Acreditando na capacidade de construir o meu primeiro ultraleve e
inspirado em um modelo norte-americano, o Laser, saiu da prancheta para as
pistas um ultraleve biplace equipado com dois motores de motoserra e que
posteriormente foi transformado em quadrimotor.
Para viabilizar uma produção em escala, seria necessária a alocação de um valor expressivo de capital, o que não dispúnhamos naquela época. A solução mais viável foi buscar investimentos. O Grupo Constrular, formado por empresas tradicionais que atuavam no mercado da construção civil em Uberlândia, adquiriu os direitos de fabricação do ELU, que após sofrer pequenas modificações para atender às exigências da legislação que regia a construção das aeronaves UTL (Ultraleves), conseguiu o licenciamento e a autorização para a montagem da sua fábrica, a ASA INDÚSTRIA AERONÁUTICA LTDA. O ELU passou a se chamar AC-101 Astro, e foram produzidas mais de 120 unidades deste aparelho no período de 86 a 88. O Astro situou-se entre um dos Ultraleves mais respeitados do Brasil. Também foram construídas seis unidades do Pober Pixie, um Ultraleve de projeto norte-americano.

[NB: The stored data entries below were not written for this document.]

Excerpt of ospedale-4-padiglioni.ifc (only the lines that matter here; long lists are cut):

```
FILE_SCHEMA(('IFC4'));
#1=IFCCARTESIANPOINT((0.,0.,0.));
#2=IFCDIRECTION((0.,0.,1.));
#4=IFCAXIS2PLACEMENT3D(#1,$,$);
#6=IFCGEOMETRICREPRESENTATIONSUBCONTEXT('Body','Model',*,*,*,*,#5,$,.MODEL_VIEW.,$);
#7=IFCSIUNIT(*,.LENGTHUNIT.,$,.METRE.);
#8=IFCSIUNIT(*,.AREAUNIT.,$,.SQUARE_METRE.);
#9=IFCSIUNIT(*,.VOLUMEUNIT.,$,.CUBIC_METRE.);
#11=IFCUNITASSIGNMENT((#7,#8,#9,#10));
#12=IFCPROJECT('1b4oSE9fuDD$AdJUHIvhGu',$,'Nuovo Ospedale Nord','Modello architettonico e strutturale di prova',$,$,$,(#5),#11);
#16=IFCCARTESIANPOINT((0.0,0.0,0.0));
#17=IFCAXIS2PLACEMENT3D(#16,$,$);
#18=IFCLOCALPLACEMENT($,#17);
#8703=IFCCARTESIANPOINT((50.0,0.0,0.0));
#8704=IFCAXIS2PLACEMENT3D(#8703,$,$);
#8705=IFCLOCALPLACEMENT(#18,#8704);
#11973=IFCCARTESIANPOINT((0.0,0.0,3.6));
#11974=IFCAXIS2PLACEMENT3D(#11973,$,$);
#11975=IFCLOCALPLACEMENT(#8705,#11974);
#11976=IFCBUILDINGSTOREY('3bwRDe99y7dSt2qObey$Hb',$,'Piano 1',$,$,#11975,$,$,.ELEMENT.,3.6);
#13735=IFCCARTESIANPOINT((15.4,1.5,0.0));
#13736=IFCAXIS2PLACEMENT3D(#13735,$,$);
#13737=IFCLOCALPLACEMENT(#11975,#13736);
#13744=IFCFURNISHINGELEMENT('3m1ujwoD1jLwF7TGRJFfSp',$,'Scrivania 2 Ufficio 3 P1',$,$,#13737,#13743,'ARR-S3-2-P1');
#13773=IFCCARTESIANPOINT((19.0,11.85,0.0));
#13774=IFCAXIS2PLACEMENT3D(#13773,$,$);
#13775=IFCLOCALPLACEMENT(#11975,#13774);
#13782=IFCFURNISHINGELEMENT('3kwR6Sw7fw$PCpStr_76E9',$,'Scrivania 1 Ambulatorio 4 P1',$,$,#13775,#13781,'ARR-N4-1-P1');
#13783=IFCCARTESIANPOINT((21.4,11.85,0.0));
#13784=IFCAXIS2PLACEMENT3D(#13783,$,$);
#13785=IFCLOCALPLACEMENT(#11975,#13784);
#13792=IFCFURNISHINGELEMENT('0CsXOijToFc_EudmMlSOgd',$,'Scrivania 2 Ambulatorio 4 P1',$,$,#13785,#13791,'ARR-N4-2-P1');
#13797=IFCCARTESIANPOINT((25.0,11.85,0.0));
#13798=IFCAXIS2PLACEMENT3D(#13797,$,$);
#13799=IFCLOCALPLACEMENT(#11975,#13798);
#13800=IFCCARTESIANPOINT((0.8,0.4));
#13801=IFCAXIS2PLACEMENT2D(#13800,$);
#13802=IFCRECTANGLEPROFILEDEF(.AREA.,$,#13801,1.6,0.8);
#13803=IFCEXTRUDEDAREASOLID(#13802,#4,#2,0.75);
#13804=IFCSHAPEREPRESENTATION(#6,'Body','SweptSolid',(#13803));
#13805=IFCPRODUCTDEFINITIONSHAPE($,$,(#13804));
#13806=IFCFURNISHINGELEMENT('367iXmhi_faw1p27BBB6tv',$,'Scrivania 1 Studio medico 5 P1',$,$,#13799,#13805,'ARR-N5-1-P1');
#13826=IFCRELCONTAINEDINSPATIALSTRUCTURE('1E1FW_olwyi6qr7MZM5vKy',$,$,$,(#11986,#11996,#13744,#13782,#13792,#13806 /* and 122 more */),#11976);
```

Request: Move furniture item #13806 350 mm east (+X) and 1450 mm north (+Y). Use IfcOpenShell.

```python
import ifcopenshell
import ifcopenshell.api.geometry
import ifcopenshell.util.placement

model = ifcopenshell.open("ospedale-4-padiglioni.ifc")

item = model.by_id(13806)
matrix = ifcopenshell.util.placement.get_local_placement(item.ObjectPlacement)
matrix[0, 3] += 0.35
matrix[1, 3] += 1.45
ifcopenshell.api.geometry.edit_object_placement(model, product=item, matrix=matrix, is_si=False)

print(ifcopenshell.util.placement.get_local_placement(item.ObjectPlacement).round(3) + 0.0)

model.write("ospedale-4-padiglioni_v2.ifc")
```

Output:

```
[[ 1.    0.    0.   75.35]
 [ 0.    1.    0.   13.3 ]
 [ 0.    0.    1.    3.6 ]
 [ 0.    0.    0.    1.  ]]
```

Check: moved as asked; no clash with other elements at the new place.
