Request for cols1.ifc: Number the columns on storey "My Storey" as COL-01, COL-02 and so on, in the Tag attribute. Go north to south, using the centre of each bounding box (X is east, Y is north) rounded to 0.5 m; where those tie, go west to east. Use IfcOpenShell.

First a look at what the model holds.

```python
import ifcopenshell
import ifcopenshell.util.element
import ifcopenshell.util.placement

model = ifcopenshell.open("cols1.ifc")
print(model.schema)
storey = next(s for s in model.by_type("IfcBuildingStorey") if s.Name == "My Storey")
columns = [e for e in ifcopenshell.util.element.get_decomposition(storey) if e.is_a("IfcColumn")]
for e in sorted(columns, key=lambda e: e.id()):
    origin = ifcopenshell.util.placement.get_local_placement(e.ObjectPlacement)[:3, 3]
    print(e.id(), e.Tag, e.Name, origin.round(2) + 0.0, sep=" | ")
```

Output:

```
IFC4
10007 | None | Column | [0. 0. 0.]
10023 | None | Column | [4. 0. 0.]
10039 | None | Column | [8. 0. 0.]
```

```python
import ifcopenshell
import ifcopenshell.geom
import ifcopenshell.util.element
import ifcopenshell.util.shape

model = ifcopenshell.open("cols1.ifc")
settings = ifcopenshell.geom.settings()
settings.set("use-world-coords", True)


def centre(element):
    shape = ifcopenshell.geom.create_shape(settings, element)
    return ifcopenshell.util.shape.get_bbox_centroid(shape.geometry)


storey = next(s for s in model.by_type("IfcBuildingStorey") if s.Name == "My Storey")
columns = [e for e in ifcopenshell.util.element.get_decomposition(storey) if e.is_a("IfcColumn")]

# Insertion points can sit at a corner or the storey origin, so sort by the geometry (in metres).
centres = {e: centre(e) for e in columns}
columns.sort(key=lambda e: (-round(centres[e][1] / 0.5), centres[e][0]))

for i, e in enumerate(columns, start=1):
    number = f"COL-{i:02d}"
    e.Tag = number
    print(e.id(), number)

model.write("cols1-out.ifc")
```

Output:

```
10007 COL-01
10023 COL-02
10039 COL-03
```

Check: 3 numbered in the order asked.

Por força de contrato, os meus trabalhos na ASA terminaram com o início da produção em escala do Astro. A partir de 1988, comecei a desenvolver dois novos projetos: o Falcão AG-21 Agrícola e o Falcão AC-22 Treinador. Em 1992 decolaram os primeiros protótipos do Falcão AG-21 Agrícola e do Falcão AC-22 Treinador. As duas aeronaves foram duramente testadas num período de dois anos, época em que foram feitas todas as correções necessárias para o perfeito funcionamento de ambas. Estes protótipos, após serem devidamente licenciados na categoria experimental, foram vendidos e encontram-se em plena atividade (sem fins comerciais) até hoje. Em 1997 colocamos a terceira unidade do Falcão AG-21 Agrícola em operação. Estes aviões vêm demonstrando as suas qualidades em diferentes partes do país. O Projeto Falcão sempre foi acompanhado de perto e as horas voadas destes três aviões serviram para que se conseguisse o total aperfeiçoamento para os trabalhos na agricultura. Até o momento foram construídas sete unidades do Falcão AG-21 Agrícola.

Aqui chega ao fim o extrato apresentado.